The gardener also maintains the handsome side street garden that runs along Scott Street beside the house and along the school playground next door on property that was also once owned by the Shumate family. By keeping a garden beyond the private space, and blending the greenery up the street, a softer edge is created between the house and the schoolyard.
A taller unobtrusive fence between the school and the house is the final touch to give privacy and history a soft link. Still, from the street and the house, the last big Canary Island date palm is still visible in the playground and a reminder of early days in San Francisco when property west of Fillmore was open and full of places to picnic.
Gardeners say it takes seven years to adjust to a new garden, to know each corner and its soil and sun and fog and wind, to see the results of early plantings, to make little changes, to tuck favorites into the right places. With the passage of time, and the careful observations of the new owners through each season in San Francisco, this old garden has new life.
Joan Hockaday is the author of The Gardens of San Francisco, published by Timber Press.
FROM THE ARCHIVES: “Shumate’s Pharmacies“
A GARDEN OF TREES FROM AROUND THE WORLD
When architects, landscape architects and the new property owners finally sat down — six years after they began renovating the Shumate house — to take a long view of the old garden, they never gave a thought to cutting down the massive Norfolk Island pine tree in the south garden.
“Never,” says architect Lewis Butler. “It has to be one of the tallest in the city. You can see it from the crest of the hill a mile away.”
Judging from historic photos in the California Historical Society’s archives — Dr. Albert Shumate was president of the society in the 1960s — this tree might be one of the oldest in the city. It was planted not long after the house and garden were established in 1870.
The Norfolk Island pine, from the South Pacific, is a fabled San Francisco tree. Introduced into the city in 1859 by South Park nurseryman William Connell Walker at his Golden Gate Nursery, these long-lived trees all started as little potted plants.
The date palm of the Canary Islands was introduced into California in the late 1800s, but the romantic notion endures that the mission padres brought these trees along the trail south to north a century earlier.

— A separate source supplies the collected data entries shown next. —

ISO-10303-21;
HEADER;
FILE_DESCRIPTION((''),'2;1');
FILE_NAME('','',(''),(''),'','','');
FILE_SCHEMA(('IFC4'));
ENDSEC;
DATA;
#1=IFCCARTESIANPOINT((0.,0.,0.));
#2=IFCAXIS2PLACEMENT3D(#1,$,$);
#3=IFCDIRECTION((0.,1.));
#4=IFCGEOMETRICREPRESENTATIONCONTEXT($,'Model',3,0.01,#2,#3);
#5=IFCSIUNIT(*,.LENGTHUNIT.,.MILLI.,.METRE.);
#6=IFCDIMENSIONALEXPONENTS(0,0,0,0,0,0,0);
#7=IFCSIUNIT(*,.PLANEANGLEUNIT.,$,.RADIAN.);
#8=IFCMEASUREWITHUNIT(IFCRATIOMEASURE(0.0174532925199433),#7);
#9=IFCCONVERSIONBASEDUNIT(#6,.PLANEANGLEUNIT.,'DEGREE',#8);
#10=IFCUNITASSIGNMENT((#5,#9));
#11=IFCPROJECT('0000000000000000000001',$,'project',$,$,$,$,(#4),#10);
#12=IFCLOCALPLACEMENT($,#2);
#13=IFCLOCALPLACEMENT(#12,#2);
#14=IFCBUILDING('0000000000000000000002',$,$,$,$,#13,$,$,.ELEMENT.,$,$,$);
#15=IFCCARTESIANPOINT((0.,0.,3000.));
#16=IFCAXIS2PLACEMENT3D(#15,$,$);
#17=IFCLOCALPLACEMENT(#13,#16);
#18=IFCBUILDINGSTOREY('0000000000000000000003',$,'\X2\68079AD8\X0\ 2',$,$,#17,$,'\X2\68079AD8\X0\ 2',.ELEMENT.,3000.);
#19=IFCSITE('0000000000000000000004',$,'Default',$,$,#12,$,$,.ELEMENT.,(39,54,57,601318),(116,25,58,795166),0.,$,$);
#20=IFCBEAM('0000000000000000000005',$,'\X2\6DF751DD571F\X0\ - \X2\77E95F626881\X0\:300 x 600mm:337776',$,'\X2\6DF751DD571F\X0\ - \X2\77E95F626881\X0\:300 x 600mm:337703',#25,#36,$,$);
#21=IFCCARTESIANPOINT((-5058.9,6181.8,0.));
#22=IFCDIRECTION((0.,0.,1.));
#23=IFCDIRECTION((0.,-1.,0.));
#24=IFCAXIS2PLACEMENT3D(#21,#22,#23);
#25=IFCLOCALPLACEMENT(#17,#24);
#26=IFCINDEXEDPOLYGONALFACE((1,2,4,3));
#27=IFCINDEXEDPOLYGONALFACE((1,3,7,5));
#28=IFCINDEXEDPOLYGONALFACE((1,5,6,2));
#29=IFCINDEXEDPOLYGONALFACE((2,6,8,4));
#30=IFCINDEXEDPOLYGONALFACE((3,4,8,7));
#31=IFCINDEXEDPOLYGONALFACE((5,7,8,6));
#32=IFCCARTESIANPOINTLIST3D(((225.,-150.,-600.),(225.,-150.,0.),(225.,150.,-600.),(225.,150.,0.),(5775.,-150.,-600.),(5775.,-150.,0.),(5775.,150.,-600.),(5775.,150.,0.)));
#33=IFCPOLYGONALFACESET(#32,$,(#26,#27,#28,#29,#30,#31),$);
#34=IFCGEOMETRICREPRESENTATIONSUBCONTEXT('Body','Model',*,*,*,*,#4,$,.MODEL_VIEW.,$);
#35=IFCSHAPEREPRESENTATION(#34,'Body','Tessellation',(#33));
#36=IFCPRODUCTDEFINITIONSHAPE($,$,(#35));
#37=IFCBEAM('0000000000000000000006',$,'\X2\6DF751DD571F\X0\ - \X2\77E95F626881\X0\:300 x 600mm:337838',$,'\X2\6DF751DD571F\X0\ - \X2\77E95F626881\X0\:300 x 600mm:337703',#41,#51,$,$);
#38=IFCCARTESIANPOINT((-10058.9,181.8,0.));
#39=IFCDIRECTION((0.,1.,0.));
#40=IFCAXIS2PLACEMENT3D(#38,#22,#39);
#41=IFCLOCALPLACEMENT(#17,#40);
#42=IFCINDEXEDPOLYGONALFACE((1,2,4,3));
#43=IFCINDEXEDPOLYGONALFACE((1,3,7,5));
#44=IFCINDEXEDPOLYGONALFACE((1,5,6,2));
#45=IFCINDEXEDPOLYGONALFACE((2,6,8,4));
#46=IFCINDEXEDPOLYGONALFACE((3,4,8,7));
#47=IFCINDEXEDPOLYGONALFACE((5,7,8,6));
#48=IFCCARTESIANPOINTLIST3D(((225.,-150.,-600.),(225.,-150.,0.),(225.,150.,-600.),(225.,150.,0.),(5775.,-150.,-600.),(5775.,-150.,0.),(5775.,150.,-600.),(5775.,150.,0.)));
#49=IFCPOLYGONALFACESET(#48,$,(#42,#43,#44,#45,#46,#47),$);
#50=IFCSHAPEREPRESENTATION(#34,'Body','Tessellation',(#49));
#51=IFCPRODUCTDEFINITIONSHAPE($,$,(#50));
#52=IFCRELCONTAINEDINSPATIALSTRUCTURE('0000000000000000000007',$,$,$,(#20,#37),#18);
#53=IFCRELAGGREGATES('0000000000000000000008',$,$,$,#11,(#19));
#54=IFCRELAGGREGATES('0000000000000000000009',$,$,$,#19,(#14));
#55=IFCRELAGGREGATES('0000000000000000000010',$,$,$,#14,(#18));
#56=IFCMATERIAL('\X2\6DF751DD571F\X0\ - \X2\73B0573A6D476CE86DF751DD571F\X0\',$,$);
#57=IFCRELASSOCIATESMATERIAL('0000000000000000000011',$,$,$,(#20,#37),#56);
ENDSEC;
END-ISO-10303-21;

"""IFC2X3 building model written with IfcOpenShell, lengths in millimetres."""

from ifc_helpers import new_model, entity, si_unit, converted_unit, direction, frame, frame_2d, origin, place, context, subcontext, project, spatial, rectangle, extrude, material, element, save


model = new_model("IFC2X3")

# Units and contexts
model_context = context("Model", 3, precision=0.01, world=origin(), true_north=direction((0.0, 1.0)))
body_context = subcontext(model_context, "Body", "Model", "MODEL_VIEW")
ifc_project = project(units=[si_unit("LENGTHUNIT", "METRE", prefix="MILLI"), converted_unit("PLANEANGLEUNIT", "DEGREE", entity("IfcRatioMeasure", 0.0174532925199433), si_unit("PLANEANGLEUNIT", "RADIAN"), dimensions=[0, 0, 0, 0, 0, 0, 0])], contexts=[model_context])

# Site, building, storey
site_placement = place(None, origin())
site = spatial("IfcSite", under=ifc_project, at=site_placement, Name="Default", CompositionType="ELEMENT", RefLatitude=(39, 54, 57, 601318), RefLongitude=(116, 25, 58, 795166), RefElevation=0.0)
building_placement = place(site_placement, origin())
building = spatial("IfcBuilding", under=site, at=building_placement, CompositionType="ELEMENT")
storey_placement = place(building_placement, frame((0.0, 0.0, 3000.0)))
storey = spatial("IfcBuildingStorey", under=building, at=storey_placement, Name="标高 2", LongName="标高 2", CompositionType="ELEMENT", Elevation=3000.0)

# Beams
ifc_material = material(Name="混凝土 - 现场浇注混凝土")
beam_1_placement = place(storey_placement, frame((-5058.9, 6181.8, 0.0), z_axis=(0.0, 0.0, 1.0), x_axis=(0.0, -1.0, 0.0)))
element("IfcBeam", 1, at=beam_1_placement, inside=storey, material=ifc_material, Name="混凝土 - 矩形梁:300 x 600mm:337776", ObjectType="混凝土 - 矩形梁:300 x 600mm:337703", context=body_context, shape_type="SweptSolid", body=[
    extrude(rectangle(XDim=600.0, YDim=300.0, at=frame_2d((0.0, 0.0), x_axis=(1.0, 0.0))), frame((225.0, 0.0, -300.0), z_axis=(1.0, 0.0, 0.0), x_axis=(0.0, 0.0, -1.0)), (0.0, 0.0, 1.0), 5550.0),
])
beam_2_placement = place(storey_placement, frame((-10058.9, 181.8, 0.0), z_axis=(0.0, 0.0, 1.0), x_axis=(0.0, 1.0, 0.0)))
element("IfcBeam", 2, at=beam_2_placement, inside=storey, material=ifc_material, Name="混凝土 - 矩形梁:300 x 600mm:337838", ObjectType="混凝土 - 矩形梁:300 x 600mm:337703", context=body_context, shape_type="SweptSolid", body=[
    extrude(rectangle(XDim=600.0, YDim=300.0, at=frame_2d((0.0, 0.0), x_axis=(1.0, 0.0))), frame((225.0, 0.0, -300.0), z_axis=(1.0, 0.0, 0.0), x_axis=(0.0, 0.0, -1.0)), (0.0, 0.0, 1.0), 5550.0),
])

save(model, "model.ifc")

Preserved now in the historic Shumate garden is at least one handsome early San Francisco palm, with another standing tall in the schoolyard next door, which was also once a portion of the family compound. For decades fronds were gathered from these trees for Palm Sunday services at nearby St. Dominic’s Church, where the Shumate family worshiped.
The newest tree planted in the old Shumate garden will probably outlast all the others. A young ginkgo tree — a favorite of the new owners — will, if ancient Asian origins hold, survive renovations, car exhaust and foggy days for at least a thousand years. The buddha below the tree emphasizes its importance to Asian cultures.